What you should do -> Report the count of lines holding "SweptSolid" in the records, with no other words.

** Provided records follows **

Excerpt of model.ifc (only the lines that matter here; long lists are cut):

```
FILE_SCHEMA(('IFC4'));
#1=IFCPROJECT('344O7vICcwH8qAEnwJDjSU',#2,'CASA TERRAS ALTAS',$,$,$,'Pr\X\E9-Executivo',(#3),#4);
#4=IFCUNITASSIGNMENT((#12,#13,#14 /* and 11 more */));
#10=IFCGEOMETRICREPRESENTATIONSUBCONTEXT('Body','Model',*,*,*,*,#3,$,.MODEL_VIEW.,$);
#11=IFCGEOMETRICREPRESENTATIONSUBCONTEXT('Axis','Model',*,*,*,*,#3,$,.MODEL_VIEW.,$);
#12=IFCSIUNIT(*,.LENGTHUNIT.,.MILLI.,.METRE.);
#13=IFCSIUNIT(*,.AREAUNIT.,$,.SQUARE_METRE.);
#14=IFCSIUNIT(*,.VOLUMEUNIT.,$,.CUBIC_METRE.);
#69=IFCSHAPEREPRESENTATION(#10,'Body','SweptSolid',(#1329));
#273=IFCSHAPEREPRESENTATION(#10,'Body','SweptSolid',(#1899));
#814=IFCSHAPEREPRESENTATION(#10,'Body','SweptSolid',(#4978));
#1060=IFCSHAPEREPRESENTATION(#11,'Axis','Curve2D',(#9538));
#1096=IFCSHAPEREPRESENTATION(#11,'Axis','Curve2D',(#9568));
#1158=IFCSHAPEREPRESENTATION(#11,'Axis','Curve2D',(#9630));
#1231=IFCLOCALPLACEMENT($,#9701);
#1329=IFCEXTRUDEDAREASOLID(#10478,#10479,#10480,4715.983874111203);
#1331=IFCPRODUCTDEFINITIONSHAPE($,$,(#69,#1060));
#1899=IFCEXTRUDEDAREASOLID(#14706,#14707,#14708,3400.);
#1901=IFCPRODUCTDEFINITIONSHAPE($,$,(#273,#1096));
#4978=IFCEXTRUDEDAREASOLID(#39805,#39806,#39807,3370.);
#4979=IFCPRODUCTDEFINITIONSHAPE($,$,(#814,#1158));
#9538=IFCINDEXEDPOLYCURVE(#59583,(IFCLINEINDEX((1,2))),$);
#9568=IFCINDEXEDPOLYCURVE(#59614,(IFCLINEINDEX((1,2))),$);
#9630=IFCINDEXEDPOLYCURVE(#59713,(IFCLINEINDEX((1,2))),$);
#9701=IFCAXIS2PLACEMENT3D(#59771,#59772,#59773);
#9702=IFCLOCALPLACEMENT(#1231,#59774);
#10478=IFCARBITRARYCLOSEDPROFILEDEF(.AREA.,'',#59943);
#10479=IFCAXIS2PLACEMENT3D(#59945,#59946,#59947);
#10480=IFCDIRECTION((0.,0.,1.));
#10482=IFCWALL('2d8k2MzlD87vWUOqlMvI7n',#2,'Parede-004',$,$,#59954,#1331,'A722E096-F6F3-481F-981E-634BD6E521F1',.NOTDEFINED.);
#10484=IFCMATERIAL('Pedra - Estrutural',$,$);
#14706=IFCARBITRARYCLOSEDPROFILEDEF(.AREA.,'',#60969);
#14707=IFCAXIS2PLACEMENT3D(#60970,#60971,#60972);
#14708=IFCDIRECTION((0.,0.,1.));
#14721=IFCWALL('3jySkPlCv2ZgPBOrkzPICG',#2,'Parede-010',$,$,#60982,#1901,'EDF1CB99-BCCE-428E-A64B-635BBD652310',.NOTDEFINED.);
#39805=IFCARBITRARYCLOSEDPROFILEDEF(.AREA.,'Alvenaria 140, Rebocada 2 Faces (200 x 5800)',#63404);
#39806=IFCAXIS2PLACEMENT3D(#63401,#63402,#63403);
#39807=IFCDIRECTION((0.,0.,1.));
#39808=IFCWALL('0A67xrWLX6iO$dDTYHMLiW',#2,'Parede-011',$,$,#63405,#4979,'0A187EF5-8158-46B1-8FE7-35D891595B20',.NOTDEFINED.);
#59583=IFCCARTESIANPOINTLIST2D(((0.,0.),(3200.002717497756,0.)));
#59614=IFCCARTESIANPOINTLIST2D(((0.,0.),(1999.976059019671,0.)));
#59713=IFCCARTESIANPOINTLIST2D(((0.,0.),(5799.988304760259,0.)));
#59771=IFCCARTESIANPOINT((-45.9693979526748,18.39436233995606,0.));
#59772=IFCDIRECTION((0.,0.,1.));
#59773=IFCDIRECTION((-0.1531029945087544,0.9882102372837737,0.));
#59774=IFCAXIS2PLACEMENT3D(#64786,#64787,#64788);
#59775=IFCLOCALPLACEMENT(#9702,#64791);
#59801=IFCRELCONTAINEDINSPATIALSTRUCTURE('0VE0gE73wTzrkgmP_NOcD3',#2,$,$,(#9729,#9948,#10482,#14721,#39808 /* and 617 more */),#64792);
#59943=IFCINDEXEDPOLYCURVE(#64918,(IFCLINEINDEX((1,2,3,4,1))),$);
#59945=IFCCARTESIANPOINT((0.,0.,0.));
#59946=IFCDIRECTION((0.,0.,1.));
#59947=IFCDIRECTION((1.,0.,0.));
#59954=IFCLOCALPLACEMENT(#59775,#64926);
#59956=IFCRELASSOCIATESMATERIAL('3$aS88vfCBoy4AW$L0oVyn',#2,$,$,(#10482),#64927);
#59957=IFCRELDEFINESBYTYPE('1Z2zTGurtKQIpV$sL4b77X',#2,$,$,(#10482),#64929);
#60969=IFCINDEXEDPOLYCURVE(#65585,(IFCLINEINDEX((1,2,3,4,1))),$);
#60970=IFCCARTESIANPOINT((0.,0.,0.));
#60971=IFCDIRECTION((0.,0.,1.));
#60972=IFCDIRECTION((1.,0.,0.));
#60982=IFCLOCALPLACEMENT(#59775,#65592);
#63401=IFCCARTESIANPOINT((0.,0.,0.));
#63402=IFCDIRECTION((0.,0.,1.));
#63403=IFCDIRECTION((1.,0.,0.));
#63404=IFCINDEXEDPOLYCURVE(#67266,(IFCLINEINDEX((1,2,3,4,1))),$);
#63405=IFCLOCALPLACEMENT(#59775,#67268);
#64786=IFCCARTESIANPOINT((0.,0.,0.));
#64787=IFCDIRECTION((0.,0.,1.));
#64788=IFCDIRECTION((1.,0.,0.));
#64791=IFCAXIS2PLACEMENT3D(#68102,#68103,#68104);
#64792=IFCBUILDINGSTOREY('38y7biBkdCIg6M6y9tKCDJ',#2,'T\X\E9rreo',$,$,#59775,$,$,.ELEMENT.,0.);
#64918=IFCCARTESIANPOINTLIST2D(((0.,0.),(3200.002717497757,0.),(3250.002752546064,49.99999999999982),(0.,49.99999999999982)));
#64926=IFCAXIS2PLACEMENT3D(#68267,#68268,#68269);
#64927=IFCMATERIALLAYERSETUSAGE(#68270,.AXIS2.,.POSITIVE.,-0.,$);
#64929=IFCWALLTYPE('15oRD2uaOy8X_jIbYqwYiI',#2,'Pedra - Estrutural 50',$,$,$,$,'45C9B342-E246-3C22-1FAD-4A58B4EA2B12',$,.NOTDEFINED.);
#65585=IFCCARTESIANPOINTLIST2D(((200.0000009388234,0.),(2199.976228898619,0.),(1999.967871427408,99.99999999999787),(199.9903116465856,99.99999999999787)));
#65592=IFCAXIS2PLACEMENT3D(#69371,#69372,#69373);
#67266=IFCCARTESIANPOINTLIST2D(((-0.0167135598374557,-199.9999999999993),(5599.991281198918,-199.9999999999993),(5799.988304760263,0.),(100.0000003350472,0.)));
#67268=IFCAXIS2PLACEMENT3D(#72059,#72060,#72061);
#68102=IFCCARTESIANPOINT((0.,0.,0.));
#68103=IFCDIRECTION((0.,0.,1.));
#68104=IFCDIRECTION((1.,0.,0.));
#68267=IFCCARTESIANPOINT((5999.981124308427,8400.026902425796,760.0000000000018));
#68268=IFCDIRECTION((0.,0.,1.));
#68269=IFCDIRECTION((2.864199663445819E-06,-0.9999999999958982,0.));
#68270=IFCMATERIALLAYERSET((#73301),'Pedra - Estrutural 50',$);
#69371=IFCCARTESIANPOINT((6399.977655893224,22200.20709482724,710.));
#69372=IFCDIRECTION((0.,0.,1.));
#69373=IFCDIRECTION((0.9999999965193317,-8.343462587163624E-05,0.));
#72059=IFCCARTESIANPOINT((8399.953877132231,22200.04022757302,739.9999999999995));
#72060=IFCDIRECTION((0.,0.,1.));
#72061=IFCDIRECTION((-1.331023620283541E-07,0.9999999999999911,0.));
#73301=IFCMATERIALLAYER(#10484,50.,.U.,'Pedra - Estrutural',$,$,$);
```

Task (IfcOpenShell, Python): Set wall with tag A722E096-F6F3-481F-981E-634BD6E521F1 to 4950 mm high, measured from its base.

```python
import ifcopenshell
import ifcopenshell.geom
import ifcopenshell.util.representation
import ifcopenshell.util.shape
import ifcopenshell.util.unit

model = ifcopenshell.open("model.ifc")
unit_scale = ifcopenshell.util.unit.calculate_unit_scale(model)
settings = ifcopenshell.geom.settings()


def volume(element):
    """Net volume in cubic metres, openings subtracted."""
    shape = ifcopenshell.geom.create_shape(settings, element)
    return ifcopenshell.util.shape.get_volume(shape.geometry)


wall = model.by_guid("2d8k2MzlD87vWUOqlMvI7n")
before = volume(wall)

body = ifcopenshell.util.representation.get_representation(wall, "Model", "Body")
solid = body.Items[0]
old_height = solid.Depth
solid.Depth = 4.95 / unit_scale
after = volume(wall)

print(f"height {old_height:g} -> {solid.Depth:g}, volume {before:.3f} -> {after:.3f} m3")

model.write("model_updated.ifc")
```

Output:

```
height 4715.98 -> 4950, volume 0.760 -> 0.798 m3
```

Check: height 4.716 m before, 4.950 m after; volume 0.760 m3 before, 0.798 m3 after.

** End of Provided records **

Expected output -> 3